Why Is My Cactus Drooping | Causes
11 Jul 2019
When it comes to caring for cacti, there are four factors that impact their survival: water, light, pests, and temperature. Too much or too little of water, too dim or too much bright light, pests (mealybugs) or fluctuating temperatures (and usually a combination of all four) will make your cactus strained and begins to behave oddly.
Cacti are hardy succulent plants that need very little water or maintenance to thrive, but they do still require some type of care. Sagging or Drooping branches suggests that your cactus plant is stressed in sort of way. Inadequate sunlight or water, mealybugs or types of freeze damage can put a strain on your cactus and can lead to a sagging or drooping appearance.
Understanding how much water to give a cactus plant can be complicated. A dehydrated cactus will usually turn a shade of purple and can become soft. Later it can show a wrinkled appearance and the branches can droop. Over-watered cacti can also become soft and droop and they typically can develop root rot. Planting cactus in potting soil guarantees your cactus has the right type of drainage and watering more often can help to solve the dehydration issues. Repotting root-bound plants into a larger pot will also help. If your cactus has been over-watered, let the soil dry out. Cactus plants only need water when the top two inches of soil have dried out and requires only enough water to allow some drainage through holes the base of the pot. When the water begins to drain from the holes, the cactus has adequate moisture.
Cactus plants like a lot of heat and bright light. If your cactus is starting to droop but has the proper amount of water and there are no pests visible, it may not be getting enough sunlight. If the drooping occurs during winter months, and when days are not as long, your cactus plant might need an artificial addition to the natural light it gets. During the spring, summer and fall months, when cacti require much more warmth and sunlight, cacti in pots will do well outdoors.
Mealybugs or woodlice are white with a cotton-like appearance. These pests draw the juice from your cactus plant, leaving tiny blemishes and start to spread disease. Substantial feeding by mealybugs usually causes a loss of liveliness leading to drooping branches. There is good news, mealybugs on singular plantings can be easily killed by hand. Another alternative is rinsing the cactus with a mixture of liquid dish soap and water or an insecticidal soap and then allowing the cactus to stabilize for a day before rinsing off the soap from the cactus with water. Direct sunlight should be avoided during this time to prevent from sun burning the plant.
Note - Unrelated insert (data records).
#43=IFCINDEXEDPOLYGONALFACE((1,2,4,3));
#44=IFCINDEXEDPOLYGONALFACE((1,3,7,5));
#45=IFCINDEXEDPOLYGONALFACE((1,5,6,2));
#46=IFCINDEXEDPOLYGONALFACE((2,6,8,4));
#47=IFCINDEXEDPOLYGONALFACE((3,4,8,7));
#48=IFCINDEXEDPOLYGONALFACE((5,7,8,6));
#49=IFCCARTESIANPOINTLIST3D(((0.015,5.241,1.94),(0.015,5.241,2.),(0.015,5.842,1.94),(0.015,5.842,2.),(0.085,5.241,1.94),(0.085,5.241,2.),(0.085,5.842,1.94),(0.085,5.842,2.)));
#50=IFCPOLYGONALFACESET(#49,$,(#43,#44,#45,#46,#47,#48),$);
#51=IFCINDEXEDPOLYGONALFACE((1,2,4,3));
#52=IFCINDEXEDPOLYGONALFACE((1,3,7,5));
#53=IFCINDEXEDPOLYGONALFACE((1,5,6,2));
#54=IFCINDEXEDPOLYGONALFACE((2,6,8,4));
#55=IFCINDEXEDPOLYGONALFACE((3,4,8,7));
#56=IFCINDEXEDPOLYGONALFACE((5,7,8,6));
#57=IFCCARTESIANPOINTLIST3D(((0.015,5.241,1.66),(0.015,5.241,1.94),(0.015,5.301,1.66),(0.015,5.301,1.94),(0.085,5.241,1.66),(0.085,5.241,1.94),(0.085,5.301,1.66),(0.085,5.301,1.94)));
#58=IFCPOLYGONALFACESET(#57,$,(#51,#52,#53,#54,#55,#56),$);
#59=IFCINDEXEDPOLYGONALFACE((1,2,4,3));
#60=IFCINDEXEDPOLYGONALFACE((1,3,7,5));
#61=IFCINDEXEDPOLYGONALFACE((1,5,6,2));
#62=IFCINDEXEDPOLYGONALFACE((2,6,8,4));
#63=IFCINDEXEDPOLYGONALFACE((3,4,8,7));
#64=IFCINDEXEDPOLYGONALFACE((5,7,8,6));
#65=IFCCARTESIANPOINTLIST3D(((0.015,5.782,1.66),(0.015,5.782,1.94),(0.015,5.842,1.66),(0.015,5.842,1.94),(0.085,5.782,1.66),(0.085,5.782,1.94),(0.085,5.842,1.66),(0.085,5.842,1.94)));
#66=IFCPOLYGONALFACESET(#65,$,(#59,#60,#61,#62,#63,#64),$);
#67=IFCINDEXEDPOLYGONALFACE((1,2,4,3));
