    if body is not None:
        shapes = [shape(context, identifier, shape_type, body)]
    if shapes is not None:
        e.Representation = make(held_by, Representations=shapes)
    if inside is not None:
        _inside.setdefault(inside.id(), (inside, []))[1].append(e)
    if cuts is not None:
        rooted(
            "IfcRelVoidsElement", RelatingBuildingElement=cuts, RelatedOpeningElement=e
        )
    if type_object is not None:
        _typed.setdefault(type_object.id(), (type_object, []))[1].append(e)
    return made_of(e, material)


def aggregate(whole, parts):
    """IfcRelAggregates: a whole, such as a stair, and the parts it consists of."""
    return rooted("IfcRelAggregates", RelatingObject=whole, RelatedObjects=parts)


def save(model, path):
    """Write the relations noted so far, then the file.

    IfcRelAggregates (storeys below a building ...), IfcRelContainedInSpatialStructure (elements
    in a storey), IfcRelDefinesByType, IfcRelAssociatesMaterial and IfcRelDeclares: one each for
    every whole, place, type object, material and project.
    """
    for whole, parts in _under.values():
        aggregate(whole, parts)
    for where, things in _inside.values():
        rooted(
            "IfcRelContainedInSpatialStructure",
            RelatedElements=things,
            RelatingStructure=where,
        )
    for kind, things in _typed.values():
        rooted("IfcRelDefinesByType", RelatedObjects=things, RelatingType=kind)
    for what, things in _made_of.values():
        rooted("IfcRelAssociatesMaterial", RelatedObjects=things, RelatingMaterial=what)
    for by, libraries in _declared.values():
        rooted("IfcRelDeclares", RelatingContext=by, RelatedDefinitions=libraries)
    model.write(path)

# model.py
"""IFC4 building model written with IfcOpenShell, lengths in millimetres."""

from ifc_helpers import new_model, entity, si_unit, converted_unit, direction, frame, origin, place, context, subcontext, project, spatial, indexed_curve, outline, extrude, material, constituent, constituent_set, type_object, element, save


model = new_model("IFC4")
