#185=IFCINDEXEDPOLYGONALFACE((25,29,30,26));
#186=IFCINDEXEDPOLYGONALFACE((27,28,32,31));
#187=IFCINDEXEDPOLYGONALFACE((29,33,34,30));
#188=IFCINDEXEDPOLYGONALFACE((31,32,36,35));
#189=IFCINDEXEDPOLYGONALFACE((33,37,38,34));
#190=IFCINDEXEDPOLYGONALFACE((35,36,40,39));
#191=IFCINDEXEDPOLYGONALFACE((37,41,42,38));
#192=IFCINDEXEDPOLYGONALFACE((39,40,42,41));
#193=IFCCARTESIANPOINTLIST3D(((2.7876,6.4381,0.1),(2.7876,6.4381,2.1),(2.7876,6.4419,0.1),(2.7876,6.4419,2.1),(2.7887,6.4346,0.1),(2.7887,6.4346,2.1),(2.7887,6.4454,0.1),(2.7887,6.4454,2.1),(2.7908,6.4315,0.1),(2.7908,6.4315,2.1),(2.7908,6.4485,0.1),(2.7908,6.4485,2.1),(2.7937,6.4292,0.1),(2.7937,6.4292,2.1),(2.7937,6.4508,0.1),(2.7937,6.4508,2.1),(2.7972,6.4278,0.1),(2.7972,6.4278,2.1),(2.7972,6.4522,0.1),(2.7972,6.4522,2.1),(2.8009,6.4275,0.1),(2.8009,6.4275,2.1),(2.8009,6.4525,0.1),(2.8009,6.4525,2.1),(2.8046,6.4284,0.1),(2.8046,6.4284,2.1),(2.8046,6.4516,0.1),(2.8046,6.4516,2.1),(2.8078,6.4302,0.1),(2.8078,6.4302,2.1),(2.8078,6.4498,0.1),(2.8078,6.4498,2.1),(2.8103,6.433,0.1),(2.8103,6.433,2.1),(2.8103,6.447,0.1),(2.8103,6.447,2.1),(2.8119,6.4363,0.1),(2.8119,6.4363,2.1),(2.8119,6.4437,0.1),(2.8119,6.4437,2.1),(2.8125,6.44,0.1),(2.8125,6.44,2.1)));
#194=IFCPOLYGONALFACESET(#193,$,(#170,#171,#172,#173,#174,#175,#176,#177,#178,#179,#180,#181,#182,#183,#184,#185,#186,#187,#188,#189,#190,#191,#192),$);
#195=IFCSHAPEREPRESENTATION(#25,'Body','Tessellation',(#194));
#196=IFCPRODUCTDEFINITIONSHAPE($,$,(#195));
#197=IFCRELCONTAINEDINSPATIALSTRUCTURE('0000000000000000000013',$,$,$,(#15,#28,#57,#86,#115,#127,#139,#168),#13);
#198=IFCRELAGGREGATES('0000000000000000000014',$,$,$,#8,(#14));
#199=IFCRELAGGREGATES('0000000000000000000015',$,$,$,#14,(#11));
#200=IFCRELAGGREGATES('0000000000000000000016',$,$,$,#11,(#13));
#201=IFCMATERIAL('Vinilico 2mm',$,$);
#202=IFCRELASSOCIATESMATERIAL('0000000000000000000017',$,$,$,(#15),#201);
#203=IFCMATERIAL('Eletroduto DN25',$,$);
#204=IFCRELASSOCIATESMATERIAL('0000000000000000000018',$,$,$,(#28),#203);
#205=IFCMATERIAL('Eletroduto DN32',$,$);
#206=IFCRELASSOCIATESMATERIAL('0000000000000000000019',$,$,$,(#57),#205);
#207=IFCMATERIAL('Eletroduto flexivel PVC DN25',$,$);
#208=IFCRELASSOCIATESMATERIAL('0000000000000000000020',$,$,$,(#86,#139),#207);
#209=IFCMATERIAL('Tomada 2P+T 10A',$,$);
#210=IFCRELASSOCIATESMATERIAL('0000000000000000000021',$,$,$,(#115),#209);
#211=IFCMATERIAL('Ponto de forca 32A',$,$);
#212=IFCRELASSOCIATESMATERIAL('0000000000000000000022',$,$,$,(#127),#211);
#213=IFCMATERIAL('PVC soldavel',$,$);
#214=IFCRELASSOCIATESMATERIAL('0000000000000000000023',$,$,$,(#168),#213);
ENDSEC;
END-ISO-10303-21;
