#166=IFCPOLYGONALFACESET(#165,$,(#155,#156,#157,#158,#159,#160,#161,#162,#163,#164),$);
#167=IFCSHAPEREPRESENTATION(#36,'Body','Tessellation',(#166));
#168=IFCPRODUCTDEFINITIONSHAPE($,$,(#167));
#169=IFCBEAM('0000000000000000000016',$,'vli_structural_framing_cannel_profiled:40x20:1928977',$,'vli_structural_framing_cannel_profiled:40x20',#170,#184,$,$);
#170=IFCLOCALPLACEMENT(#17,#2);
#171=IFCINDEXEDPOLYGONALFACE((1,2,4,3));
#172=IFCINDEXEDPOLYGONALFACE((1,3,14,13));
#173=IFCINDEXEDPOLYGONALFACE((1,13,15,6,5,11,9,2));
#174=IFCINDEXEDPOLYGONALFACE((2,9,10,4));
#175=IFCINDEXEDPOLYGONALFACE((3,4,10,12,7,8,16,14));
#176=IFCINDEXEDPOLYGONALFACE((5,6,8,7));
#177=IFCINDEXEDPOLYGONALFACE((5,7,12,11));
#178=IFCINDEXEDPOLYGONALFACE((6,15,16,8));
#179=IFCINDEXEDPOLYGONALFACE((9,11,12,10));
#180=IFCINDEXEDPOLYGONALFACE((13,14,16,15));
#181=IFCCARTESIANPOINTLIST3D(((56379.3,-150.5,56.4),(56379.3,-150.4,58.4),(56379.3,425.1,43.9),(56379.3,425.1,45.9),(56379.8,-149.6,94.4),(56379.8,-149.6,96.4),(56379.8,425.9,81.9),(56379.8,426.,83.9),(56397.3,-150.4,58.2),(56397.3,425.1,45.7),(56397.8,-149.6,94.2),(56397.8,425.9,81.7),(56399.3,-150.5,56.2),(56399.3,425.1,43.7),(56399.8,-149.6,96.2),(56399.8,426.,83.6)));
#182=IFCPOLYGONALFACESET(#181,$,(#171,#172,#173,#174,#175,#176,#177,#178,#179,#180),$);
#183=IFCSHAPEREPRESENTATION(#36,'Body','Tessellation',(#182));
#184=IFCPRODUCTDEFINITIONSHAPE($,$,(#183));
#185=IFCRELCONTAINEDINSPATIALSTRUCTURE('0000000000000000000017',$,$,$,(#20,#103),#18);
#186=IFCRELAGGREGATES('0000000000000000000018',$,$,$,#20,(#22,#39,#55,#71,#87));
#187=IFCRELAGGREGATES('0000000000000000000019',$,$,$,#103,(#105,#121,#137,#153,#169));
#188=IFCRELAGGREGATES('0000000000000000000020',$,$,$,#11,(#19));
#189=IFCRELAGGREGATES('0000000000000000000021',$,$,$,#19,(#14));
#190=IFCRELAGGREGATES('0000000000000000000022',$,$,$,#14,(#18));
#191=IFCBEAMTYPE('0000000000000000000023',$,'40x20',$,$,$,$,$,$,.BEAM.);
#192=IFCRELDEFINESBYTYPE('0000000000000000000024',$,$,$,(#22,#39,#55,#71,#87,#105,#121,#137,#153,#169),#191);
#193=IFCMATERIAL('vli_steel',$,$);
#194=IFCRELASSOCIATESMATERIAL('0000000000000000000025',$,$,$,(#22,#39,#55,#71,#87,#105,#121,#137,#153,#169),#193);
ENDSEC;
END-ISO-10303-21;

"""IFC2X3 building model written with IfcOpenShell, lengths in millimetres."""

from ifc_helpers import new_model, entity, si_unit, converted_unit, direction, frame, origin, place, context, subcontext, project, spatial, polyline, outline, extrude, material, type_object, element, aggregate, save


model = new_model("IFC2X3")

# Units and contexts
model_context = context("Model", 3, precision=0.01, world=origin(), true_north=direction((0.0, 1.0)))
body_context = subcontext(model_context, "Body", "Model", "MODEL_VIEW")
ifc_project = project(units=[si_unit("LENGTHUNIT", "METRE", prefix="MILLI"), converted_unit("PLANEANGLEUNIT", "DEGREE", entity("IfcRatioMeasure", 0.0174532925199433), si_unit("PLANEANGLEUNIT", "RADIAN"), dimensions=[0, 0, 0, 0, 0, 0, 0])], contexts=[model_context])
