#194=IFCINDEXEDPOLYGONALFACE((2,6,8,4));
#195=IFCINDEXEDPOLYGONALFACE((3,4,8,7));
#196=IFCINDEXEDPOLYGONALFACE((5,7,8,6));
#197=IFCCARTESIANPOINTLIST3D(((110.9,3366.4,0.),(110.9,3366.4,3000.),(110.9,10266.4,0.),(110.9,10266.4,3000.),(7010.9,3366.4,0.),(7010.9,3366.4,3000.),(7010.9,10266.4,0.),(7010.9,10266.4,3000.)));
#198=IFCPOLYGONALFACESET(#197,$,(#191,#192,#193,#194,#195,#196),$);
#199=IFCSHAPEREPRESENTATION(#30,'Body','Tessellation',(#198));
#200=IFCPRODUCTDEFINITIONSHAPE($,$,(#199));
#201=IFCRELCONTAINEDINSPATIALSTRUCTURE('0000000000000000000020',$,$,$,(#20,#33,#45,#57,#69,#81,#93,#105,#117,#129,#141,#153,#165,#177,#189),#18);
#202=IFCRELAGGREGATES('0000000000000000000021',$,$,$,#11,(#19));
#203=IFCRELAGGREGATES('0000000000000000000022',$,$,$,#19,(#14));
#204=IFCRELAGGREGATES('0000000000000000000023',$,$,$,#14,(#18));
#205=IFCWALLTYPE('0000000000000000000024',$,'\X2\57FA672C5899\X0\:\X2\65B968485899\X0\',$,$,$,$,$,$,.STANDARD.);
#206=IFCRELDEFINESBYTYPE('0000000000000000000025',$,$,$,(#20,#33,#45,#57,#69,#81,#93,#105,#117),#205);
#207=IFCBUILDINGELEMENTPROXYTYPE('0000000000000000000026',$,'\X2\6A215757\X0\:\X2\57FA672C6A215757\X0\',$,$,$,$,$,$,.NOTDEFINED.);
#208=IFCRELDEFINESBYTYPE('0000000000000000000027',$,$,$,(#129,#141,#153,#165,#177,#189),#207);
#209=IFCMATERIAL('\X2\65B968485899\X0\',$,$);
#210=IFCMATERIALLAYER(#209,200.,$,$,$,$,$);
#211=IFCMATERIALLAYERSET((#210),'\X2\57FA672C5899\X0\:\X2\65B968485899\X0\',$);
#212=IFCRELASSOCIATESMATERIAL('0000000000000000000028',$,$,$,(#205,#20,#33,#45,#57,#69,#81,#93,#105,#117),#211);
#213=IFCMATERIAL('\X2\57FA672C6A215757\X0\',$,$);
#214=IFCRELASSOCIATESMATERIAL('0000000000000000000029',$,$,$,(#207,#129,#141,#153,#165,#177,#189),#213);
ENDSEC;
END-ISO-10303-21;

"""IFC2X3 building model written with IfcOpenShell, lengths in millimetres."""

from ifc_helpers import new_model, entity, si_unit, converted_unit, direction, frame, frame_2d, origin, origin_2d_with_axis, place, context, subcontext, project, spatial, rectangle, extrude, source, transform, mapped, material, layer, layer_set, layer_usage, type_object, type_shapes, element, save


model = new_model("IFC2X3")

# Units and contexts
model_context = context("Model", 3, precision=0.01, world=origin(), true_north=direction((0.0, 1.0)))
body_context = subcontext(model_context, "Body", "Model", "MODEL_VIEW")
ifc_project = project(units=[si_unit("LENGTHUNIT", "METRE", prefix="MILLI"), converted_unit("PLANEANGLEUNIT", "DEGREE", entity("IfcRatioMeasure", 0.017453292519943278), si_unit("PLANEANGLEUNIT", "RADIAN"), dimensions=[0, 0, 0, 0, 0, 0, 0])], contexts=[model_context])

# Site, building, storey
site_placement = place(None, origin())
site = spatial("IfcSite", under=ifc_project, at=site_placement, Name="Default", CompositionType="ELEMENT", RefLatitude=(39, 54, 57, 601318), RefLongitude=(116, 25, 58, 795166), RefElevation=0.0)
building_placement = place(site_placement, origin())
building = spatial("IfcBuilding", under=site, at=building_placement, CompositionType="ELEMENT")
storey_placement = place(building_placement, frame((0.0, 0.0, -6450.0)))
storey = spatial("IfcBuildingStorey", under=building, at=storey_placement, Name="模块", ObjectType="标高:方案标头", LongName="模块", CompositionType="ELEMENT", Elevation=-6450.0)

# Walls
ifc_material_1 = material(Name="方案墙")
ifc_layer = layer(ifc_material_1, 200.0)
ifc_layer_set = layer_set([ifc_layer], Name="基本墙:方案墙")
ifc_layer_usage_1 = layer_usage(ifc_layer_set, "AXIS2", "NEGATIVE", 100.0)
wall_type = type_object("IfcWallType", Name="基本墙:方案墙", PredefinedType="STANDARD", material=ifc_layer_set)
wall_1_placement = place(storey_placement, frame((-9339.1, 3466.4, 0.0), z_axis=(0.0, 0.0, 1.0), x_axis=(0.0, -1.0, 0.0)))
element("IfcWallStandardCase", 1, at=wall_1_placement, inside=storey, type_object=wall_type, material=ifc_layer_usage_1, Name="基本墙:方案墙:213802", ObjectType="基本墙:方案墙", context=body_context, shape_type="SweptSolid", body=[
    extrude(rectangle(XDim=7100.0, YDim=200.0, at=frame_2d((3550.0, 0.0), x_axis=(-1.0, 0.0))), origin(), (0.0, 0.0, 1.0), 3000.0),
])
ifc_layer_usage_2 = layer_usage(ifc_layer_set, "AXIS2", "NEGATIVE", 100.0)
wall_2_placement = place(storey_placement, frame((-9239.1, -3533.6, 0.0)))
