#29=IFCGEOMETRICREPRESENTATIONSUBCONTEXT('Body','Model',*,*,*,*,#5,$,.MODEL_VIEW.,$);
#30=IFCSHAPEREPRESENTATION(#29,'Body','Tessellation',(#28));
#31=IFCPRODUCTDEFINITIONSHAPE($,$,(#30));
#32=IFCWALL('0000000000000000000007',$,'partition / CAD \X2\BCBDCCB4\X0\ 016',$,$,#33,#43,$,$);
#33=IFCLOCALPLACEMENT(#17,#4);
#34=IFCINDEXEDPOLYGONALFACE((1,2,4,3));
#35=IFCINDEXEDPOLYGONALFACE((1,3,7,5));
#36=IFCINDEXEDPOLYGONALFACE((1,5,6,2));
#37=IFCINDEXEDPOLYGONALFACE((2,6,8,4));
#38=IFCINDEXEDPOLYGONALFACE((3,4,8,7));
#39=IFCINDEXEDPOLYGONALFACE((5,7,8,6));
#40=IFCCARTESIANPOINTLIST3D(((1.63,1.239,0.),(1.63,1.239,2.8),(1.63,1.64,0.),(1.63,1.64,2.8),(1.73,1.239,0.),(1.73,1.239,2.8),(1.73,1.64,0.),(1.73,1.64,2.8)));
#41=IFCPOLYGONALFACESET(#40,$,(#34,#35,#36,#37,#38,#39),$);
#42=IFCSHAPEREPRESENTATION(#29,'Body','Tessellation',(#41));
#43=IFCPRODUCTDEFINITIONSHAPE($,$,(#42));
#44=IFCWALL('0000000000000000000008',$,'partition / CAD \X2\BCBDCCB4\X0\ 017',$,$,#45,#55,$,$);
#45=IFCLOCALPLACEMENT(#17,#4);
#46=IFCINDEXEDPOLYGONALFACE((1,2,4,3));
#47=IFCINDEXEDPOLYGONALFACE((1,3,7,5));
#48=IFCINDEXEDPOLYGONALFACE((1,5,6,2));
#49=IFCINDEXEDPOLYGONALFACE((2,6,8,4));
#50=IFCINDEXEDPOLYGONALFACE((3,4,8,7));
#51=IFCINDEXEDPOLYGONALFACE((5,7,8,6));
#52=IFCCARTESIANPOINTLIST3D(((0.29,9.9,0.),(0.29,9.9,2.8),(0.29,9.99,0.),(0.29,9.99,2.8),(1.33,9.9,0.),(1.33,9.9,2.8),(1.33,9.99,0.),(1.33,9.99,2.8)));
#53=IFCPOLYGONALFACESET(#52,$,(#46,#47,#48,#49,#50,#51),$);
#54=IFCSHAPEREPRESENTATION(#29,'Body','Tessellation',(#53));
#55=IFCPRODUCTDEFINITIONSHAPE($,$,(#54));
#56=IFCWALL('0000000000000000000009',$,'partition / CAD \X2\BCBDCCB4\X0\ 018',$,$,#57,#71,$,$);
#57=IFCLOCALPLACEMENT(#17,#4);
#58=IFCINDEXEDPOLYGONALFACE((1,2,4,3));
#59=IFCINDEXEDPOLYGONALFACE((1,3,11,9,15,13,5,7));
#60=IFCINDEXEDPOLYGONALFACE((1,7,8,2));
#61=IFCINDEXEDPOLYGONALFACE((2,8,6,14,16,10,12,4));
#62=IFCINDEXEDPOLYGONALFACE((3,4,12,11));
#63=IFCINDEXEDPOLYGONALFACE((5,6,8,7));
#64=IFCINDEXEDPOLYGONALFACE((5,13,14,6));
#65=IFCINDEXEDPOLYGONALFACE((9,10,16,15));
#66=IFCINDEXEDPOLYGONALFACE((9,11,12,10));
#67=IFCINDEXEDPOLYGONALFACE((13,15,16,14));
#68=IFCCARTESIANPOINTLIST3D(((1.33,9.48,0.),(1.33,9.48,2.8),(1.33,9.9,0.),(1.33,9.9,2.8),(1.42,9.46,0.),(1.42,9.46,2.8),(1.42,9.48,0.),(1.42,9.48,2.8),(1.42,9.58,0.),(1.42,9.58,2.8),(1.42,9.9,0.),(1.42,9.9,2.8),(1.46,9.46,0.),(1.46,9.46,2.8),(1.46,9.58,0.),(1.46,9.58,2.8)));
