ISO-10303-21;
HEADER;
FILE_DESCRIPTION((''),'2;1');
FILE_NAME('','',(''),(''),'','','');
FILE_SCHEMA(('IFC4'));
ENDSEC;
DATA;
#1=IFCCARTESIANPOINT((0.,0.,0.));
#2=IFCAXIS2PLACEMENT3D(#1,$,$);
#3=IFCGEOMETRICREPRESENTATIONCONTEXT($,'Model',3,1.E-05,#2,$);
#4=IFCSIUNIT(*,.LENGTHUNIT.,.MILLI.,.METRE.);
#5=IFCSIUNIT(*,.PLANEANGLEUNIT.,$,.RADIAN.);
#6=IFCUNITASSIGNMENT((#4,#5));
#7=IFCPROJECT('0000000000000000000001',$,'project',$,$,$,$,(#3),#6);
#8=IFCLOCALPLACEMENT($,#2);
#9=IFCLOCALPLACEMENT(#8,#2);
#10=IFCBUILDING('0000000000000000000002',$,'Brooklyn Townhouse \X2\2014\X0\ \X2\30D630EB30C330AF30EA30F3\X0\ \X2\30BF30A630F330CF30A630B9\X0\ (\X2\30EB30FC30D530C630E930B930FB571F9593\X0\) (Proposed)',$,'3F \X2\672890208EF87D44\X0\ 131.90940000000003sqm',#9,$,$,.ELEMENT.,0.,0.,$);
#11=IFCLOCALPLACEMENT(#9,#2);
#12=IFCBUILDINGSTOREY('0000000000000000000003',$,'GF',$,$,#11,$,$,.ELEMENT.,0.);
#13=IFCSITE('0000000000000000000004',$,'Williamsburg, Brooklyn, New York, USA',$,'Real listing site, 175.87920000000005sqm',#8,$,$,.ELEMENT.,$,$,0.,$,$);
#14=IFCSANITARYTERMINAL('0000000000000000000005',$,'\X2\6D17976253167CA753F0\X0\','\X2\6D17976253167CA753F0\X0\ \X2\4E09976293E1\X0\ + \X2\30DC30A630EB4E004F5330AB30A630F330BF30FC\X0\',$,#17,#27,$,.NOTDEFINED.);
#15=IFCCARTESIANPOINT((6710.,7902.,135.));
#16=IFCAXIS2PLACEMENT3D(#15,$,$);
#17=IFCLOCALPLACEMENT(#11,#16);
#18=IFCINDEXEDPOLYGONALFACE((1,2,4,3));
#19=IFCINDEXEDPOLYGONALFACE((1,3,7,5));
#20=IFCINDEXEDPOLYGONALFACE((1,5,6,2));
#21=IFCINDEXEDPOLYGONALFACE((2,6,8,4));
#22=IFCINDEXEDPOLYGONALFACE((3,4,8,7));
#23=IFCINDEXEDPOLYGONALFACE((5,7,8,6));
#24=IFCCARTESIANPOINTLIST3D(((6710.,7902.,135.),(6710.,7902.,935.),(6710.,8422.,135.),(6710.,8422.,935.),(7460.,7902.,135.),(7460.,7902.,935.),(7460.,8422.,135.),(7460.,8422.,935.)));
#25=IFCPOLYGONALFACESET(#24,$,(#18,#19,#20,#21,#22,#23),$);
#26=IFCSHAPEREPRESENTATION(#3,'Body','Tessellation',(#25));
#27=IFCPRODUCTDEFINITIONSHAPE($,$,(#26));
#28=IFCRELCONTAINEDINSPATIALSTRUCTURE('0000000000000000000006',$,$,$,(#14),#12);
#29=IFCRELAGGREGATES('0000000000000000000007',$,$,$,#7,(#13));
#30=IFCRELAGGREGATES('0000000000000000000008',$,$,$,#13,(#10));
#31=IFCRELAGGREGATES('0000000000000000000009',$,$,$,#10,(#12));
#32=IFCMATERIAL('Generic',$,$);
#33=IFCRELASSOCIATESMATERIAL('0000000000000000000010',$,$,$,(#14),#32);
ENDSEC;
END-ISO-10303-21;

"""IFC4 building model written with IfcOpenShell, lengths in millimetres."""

from ifc_helpers import new_model, si_unit, frame, frame_2d, origin, place, context, project, spatial, rectangle, extrude, material, element, save


model = new_model("IFC4")

# Units and contexts
model_context = context("Model", 3, precision=1e-05, world=origin())
ifc_project = project(units=[si_unit("LENGTHUNIT", "METRE", prefix="MILLI"), si_unit("PLANEANGLEUNIT", "RADIAN")], contexts=[model_context])

# Site, building, storey
site_placement = place(None, origin())
site = spatial("IfcSite", under=ifc_project, at=site_placement, Name="Williamsburg, Brooklyn, New York, USA", ObjectType="Real listing site, 175.87920000000005sqm", CompositionType="ELEMENT", RefElevation=0.0)
building_placement = place(site_placement, origin())
building = spatial("IfcBuilding", under=site, at=building_placement, Name="Brooklyn Townhouse — ブルックリン タウンハウス (ルーフテラス・土間) (Proposed)", ObjectType="3F 木造軸組 131.90940000000003sqm", CompositionType="ELEMENT", ElevationOfRefHeight=0.0, ElevationOfTerrain=0.0)
storey_placement = place(building_placement, origin())
storey = spatial("IfcBuildingStorey", under=building, at=storey_placement, Name="GF", CompositionType="ELEMENT", Elevation=0.0)

# Shared definitions
ifc_material_1 = material(Name="Generic")

# Sanitary terminal
sanitary_terminal_1_placement = place(storey_placement, frame((6710.0, 7902.0, 135.0)))
element("IfcSanitaryTerminal", 1, at=sanitary_terminal_1_placement, inside=storey, material=ifc_material_1, Name="洗面化粧台", Description="洗面化粧台 三面鏡 + ボウル一体カウンター", PredefinedType="NOTDEFINED", context=model_context, shape_type="SweptSolid", body=[
    extrude(rectangle(XDim=750.0, YDim=520.0, at=frame_2d((375.0, 260.0))), frame((6710.0, 7902.0, 135.0)), (0.0, 0.0, 1.0), 800.0),
])

save(model, "model.ifc")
This may take a couple of attempts since repeated applications are required to remove any hatched mealy bugs. The removal of flourishing growth, that mealy bugs love, may also help decrease their numbers.
A lot of cactus plants are indigenous to most frost-free environments, if the temperature drops below freezing for even a couple hours, freeze damage may happen. Typically, this will show as blackening of the parts of the cactus that were exposed. In a couple of weeks, the black areas dry out and the cactus branches may start to droop. If the cold temperatures only happened for a short period, then the damage is likely superficial and your cactus will likely grow out of it, but this could take a couple of years. Water, adequate sunlight and warmth will help. Cacti also are required to avoid colder drafts. If they are grown outdoors, they will thrive in a location that gets radiant heat during nighttime, like from a wall or patio. When temperatures drop, cactus grown in a garden are covered with a sheet for added warmth and cactus in pots should be relocated indoors.